Those lines of the following listing which contain the string "IFCDIRECTION" should be returned.

Data provided Block Start

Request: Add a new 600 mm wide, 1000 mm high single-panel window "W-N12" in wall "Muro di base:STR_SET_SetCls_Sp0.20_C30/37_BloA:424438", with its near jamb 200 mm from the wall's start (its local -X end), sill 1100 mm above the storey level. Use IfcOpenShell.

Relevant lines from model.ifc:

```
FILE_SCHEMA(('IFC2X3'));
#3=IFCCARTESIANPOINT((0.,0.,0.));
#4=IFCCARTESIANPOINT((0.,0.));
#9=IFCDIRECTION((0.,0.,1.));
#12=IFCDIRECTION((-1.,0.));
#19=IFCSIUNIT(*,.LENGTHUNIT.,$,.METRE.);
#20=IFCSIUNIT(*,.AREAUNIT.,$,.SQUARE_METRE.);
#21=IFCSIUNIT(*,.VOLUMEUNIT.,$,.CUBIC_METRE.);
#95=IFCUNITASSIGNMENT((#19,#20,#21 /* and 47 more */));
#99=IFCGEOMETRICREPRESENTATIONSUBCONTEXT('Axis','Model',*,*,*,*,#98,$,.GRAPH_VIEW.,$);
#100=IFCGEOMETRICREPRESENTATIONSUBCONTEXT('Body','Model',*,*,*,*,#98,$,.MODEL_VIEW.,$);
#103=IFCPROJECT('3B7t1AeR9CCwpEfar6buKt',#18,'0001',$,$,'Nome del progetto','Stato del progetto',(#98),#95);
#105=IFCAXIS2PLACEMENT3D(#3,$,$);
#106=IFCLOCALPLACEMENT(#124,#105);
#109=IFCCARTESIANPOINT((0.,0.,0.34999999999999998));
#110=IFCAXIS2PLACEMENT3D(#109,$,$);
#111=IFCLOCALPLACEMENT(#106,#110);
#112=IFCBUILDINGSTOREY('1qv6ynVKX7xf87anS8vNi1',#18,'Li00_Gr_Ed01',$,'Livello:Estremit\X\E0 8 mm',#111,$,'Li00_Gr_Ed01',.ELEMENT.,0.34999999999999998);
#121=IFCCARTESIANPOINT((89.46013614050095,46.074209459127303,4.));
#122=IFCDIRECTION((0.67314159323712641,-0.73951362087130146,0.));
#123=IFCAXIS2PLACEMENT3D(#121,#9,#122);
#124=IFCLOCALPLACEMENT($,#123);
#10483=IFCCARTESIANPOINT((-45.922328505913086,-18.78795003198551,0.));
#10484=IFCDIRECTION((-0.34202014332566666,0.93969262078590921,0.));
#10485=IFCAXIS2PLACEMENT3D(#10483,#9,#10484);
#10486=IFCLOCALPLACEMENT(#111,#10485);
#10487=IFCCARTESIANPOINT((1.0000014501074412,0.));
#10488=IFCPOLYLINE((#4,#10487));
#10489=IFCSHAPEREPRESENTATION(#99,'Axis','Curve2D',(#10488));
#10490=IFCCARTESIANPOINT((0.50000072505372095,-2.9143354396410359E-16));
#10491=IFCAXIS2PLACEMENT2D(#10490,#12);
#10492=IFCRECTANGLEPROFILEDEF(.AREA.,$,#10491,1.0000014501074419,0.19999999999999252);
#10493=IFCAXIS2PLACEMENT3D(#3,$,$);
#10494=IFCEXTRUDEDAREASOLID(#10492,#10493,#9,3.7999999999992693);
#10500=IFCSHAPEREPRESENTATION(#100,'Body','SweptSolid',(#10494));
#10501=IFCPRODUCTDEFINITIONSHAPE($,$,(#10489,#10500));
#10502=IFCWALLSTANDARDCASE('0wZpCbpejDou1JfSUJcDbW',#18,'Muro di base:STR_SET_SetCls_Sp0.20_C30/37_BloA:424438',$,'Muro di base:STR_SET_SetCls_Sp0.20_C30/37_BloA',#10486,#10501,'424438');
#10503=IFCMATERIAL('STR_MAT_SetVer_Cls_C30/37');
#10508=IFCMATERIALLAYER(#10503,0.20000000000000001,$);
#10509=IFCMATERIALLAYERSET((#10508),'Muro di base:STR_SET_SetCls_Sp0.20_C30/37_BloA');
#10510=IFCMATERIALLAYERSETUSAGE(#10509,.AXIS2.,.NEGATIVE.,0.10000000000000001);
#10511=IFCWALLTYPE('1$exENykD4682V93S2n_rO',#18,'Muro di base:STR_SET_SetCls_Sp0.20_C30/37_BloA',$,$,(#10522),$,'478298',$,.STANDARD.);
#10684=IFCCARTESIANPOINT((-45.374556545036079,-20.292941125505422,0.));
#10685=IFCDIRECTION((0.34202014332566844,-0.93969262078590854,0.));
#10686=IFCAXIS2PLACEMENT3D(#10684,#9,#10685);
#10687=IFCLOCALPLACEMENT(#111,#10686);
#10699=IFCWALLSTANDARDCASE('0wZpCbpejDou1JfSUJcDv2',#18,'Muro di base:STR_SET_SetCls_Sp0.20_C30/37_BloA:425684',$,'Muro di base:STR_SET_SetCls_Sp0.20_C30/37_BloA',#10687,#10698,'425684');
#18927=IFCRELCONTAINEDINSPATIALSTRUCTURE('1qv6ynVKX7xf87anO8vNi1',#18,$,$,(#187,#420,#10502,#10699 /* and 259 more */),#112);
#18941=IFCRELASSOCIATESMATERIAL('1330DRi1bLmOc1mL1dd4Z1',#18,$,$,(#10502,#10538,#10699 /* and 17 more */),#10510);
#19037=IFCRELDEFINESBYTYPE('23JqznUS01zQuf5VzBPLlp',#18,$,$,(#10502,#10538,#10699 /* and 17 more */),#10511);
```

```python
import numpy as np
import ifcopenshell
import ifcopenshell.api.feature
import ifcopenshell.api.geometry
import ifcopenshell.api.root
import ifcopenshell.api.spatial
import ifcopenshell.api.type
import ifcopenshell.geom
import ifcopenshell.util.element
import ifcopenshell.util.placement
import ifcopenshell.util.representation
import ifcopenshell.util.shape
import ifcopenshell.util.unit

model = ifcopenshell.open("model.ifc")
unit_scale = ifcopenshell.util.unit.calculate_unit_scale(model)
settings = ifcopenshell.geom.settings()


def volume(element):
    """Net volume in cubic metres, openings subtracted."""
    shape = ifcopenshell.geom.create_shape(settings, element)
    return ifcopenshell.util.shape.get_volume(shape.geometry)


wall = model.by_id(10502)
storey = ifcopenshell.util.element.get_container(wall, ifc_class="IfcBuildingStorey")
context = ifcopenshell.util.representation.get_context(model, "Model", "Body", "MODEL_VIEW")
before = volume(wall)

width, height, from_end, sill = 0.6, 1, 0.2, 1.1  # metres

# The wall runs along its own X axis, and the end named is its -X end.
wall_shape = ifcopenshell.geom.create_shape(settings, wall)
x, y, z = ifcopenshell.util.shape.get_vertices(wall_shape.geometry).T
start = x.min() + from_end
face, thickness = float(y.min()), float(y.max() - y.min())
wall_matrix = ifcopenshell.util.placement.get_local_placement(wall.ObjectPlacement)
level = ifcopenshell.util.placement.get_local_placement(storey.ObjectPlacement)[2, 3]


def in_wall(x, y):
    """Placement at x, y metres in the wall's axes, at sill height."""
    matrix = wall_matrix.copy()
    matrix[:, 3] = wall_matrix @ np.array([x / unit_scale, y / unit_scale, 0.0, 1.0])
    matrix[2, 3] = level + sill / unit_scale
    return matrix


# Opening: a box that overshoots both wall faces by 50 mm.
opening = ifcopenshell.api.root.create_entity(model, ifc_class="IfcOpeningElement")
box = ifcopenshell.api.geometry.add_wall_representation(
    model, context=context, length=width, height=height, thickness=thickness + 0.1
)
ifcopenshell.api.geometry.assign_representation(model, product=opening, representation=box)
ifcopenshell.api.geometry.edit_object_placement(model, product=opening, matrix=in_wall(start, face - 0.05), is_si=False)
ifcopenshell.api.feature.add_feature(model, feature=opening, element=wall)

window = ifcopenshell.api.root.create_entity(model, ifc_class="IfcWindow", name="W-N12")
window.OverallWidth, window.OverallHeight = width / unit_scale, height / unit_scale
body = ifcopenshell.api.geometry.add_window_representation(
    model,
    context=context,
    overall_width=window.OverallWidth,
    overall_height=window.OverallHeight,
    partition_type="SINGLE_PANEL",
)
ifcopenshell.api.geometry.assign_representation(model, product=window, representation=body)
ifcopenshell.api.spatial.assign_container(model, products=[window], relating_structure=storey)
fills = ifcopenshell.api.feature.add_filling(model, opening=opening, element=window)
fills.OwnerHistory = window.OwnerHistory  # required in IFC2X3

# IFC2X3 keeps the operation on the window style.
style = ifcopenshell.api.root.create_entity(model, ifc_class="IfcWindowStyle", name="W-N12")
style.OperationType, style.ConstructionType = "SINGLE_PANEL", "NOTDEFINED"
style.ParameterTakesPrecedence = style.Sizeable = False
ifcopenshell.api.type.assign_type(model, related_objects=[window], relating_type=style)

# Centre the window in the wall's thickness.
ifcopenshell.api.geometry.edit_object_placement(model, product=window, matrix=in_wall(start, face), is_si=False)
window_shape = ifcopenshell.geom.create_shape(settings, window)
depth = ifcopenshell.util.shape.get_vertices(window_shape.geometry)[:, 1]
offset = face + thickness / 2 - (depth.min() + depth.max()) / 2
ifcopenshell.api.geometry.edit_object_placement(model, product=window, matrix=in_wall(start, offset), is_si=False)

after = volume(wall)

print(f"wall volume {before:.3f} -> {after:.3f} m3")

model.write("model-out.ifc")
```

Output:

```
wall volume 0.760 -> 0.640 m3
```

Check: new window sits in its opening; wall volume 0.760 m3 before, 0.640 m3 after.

Data provided Block End

* **Task output**:
#9=IFCDIRECTION((0.,0.,1.));
#12=IFCDIRECTION((-1.,0.));
#122=IFCDIRECTION((0.67314159323712641,-0.73951362087130146,0.));
#10484=IFCDIRECTION((-0.34202014332566666,0.93969262078590921,0.));
#10685=IFCDIRECTION((0.34202014332566844,-0.93969262078590854,0.));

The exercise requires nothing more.